The $46 billion Pennsylvania Public School Employees' Retirement System said last week its investment values rose nearly 15% during the fiscal year ended June 30.
That's better than the system's 3.5% average over the last 10 years (they might as well have put it all in the bank and saved fees), its 8% target annual return, the nearly 11% that its current mix of benchmark indices went up in the same period, or the 12% median return on the (mostly smaller) pension systems in the Wilshire Associates database.
It's also a welcome rebound from PSERS' losses the previous year. But it's not enough to keep up with the galloping increases in retirements and annual pension payouts, or to prevent the property tax increases and state "contribution" increases that will pull cash out of Pennsylvania wallets in years to come, unless and until the state learns to pay what it promises, or else promise less, to future retirees.
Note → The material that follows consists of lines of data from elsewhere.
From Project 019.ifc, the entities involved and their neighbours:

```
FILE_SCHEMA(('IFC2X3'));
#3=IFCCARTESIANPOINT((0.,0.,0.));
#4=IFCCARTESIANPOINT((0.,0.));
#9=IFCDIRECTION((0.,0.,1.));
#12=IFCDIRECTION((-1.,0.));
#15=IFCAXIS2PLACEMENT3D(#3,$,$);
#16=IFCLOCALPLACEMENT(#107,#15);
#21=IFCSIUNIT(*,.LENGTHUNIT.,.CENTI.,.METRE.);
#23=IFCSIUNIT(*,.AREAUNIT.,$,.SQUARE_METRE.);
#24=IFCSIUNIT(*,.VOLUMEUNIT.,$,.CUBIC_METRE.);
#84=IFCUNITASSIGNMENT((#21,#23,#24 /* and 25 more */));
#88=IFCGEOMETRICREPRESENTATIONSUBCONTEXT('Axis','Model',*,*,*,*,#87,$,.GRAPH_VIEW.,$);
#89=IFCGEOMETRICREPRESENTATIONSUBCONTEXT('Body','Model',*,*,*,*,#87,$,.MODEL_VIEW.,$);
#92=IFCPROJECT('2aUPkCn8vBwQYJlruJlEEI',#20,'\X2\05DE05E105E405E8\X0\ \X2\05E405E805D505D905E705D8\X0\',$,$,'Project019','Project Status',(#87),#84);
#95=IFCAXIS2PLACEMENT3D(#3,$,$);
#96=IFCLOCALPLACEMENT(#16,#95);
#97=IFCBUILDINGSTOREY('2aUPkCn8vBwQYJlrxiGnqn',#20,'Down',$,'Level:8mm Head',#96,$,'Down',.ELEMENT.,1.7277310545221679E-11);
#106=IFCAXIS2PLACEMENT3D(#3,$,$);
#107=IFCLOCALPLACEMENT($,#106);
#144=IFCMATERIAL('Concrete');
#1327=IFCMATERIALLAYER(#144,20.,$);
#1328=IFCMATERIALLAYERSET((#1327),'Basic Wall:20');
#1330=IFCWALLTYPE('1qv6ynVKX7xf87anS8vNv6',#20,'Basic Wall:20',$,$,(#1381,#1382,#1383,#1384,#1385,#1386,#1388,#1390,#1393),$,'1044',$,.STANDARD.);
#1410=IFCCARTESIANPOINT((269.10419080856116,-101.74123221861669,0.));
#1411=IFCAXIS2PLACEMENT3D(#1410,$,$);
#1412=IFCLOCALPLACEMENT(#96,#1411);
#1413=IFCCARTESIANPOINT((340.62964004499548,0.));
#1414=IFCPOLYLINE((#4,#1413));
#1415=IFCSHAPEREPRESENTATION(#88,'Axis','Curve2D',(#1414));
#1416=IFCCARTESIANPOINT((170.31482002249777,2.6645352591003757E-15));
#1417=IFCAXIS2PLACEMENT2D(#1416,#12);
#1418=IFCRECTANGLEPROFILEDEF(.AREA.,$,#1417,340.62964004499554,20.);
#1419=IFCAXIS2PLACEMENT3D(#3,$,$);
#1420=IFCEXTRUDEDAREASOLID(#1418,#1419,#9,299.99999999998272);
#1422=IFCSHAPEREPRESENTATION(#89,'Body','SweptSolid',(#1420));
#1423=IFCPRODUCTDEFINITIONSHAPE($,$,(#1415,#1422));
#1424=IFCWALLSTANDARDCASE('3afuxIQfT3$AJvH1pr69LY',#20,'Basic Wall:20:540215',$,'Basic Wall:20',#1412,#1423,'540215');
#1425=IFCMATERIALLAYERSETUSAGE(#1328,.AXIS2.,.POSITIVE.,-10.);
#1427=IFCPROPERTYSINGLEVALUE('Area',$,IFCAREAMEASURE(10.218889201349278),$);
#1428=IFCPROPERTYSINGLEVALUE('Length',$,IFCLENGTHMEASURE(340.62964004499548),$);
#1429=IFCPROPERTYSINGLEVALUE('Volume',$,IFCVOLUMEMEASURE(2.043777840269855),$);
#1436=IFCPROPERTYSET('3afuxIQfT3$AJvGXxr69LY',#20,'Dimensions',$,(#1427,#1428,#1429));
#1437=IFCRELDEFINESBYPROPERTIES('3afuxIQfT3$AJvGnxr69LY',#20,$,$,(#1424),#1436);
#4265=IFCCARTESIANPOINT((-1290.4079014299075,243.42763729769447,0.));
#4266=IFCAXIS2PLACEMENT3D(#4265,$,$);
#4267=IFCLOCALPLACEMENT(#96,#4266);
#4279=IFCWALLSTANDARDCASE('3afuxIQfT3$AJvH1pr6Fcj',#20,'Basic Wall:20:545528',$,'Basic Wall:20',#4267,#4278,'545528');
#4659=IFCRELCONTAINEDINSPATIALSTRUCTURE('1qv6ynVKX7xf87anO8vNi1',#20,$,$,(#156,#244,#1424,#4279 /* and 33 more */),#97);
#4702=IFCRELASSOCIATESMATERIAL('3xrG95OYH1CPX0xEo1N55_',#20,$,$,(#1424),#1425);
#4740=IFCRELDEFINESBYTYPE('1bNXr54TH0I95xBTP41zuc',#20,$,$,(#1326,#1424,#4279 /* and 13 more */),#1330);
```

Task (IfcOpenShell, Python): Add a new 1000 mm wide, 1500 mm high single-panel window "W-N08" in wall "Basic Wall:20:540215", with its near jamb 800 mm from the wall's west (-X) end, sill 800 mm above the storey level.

```python
import numpy as np
import ifcopenshell
import ifcopenshell.api.feature
import ifcopenshell.api.geometry
import ifcopenshell.api.pset
import ifcopenshell.api.root
import ifcopenshell.api.spatial
import ifcopenshell.api.type
import ifcopenshell.geom
import ifcopenshell.util.element
import ifcopenshell.util.placement
import ifcopenshell.util.representation
import ifcopenshell.util.shape
import ifcopenshell.util.unit

model = ifcopenshell.open("Project 019.ifc")
unit_scale = ifcopenshell.util.unit.calculate_unit_scale(model)
area_scale = ifcopenshell.util.unit.calculate_unit_scale(model, "AREAUNIT")
volume_scale = ifcopenshell.util.unit.calculate_unit_scale(model, "VOLUMEUNIT")
settings = ifcopenshell.geom.settings()


def volume(element):
    """Net volume in cubic metres, openings subtracted."""
    shape = ifcopenshell.geom.create_shape(settings, element)
    return ifcopenshell.util.shape.get_volume(shape.geometry)


wall = model.by_guid("3afuxIQfT3$AJvH1pr69LY")
storey = ifcopenshell.util.element.get_container(wall, ifc_class="IfcBuildingStorey")
context = ifcopenshell.util.representation.get_context(model, "Model", "Body", "MODEL_VIEW")
before = volume(wall)

width, height, from_end, sill = 1, 1.5, 0.8, 0.8  # metres

# The wall runs along its own X axis, and the end named is its -X end.
wall_shape = ifcopenshell.geom.create_shape(settings, wall)
x, y, z = ifcopenshell.util.shape.get_vertices(wall_shape.geometry).T
start = x.min() + from_end
face, thickness = float(y.min()), float(y.max() - y.min())
wall_matrix = ifcopenshell.util.placement.get_local_placement(wall.ObjectPlacement)
level = ifcopenshell.util.placement.get_local_placement(storey.ObjectPlacement)[2, 3]


def in_wall(x, y):
    """Placement at x, y metres in the wall's axes, at sill height."""
    matrix = wall_matrix.copy()
    matrix[:, 3] = wall_matrix @ np.array([x / unit_scale, y / unit_scale, 0.0, 1.0])
    matrix[2, 3] = level + sill / unit_scale
    return matrix


# Opening: a box that overshoots both wall faces by 50 mm.
opening = ifcopenshell.api.root.create_entity(model, ifc_class="IfcOpeningElement")
box = ifcopenshell.api.geometry.add_wall_representation(
    model, context=context, length=width, height=height, thickness=thickness + 0.1
)
ifcopenshell.api.geometry.assign_representation(model, product=opening, representation=box)
ifcopenshell.api.geometry.edit_object_placement(model, product=opening, matrix=in_wall(start, face - 0.05), is_si=False)
ifcopenshell.api.feature.add_feature(model, feature=opening, element=wall)

window = ifcopenshell.api.root.create_entity(model, ifc_class="IfcWindow", name="W-N08")
window.OverallWidth, window.OverallHeight = width / unit_scale, height / unit_scale
body = ifcopenshell.api.geometry.add_window_representation(
    model,
    context=context,
    overall_width=window.OverallWidth,
    overall_height=window.OverallHeight,
    partition_type="SINGLE_PANEL",
)
ifcopenshell.api.geometry.assign_representation(model, product=window, representation=body)
ifcopenshell.api.spatial.assign_container(model, products=[window], relating_structure=storey)
fills = ifcopenshell.api.feature.add_filling(model, opening=opening, element=window)
fills.OwnerHistory = window.OwnerHistory  # required in IFC2X3

# IFC2X3 keeps the operation on the window style.
style = ifcopenshell.api.root.create_entity(model, ifc_class="IfcWindowStyle", name="W-N08")
style.OperationType, style.ConstructionType = "SINGLE_PANEL", "NOTDEFINED"
style.ParameterTakesPrecedence = style.Sizeable = False
ifcopenshell.api.type.assign_type(model, related_objects=[window], relating_type=style)

# Centre the window in the wall's thickness.
ifcopenshell.api.geometry.edit_object_placement(model, product=window, matrix=in_wall(start, face), is_si=False)
window_shape = ifcopenshell.geom.create_shape(settings, window)
depth = ifcopenshell.util.shape.get_vertices(window_shape.geometry)[:, 1]
offset = face + thickness / 2 - (depth.min() + depth.max()) / 2
ifcopenshell.api.geometry.edit_object_placement(model, product=window, matrix=in_wall(start, offset), is_si=False)

after = volume(wall)

# Update the wall's stored quantities.
pset = model.by_id(ifcopenshell.util.element.get_pset(wall, "Dimensions", should_inherit=False)["id"])
ifcopenshell.api.pset.edit_pset(model, pset=pset, properties={
    "Area": model.create_entity("IfcAreaMeasure", after / thickness / area_scale),
    "Volume": model.create_entity("IfcVolumeMeasure", after / volume_scale),
})

print(f"wall volume {before:.3f} -> {after:.3f} m3")

model.write("Project 019_v2.ifc")
```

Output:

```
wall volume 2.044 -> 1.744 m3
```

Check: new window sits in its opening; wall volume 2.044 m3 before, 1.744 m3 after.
And last year's rebound isn't likely to repeat again soon, for a lot of reasons Chief Investment Officer Alan Van Noord patiently listed for me. For example:
PSERS says its US bonds rose 21% last year. With bonds paying record-low yields, values have not much space to do anything but fall, from here, once rates rise.
PSERS "private market" investments rose 22%. That sounds suprising, if you look at the relatively weak returns of most buyout funds, and the absolutely weak returns for venture capital. But Van Noord told me PSERS made most of its "private market" profits in bonds and other debt, whose value shot higher with other bonds as investors fled stocks. "It's really worked out quite well," but as with other bonds, there's not much room for repeat.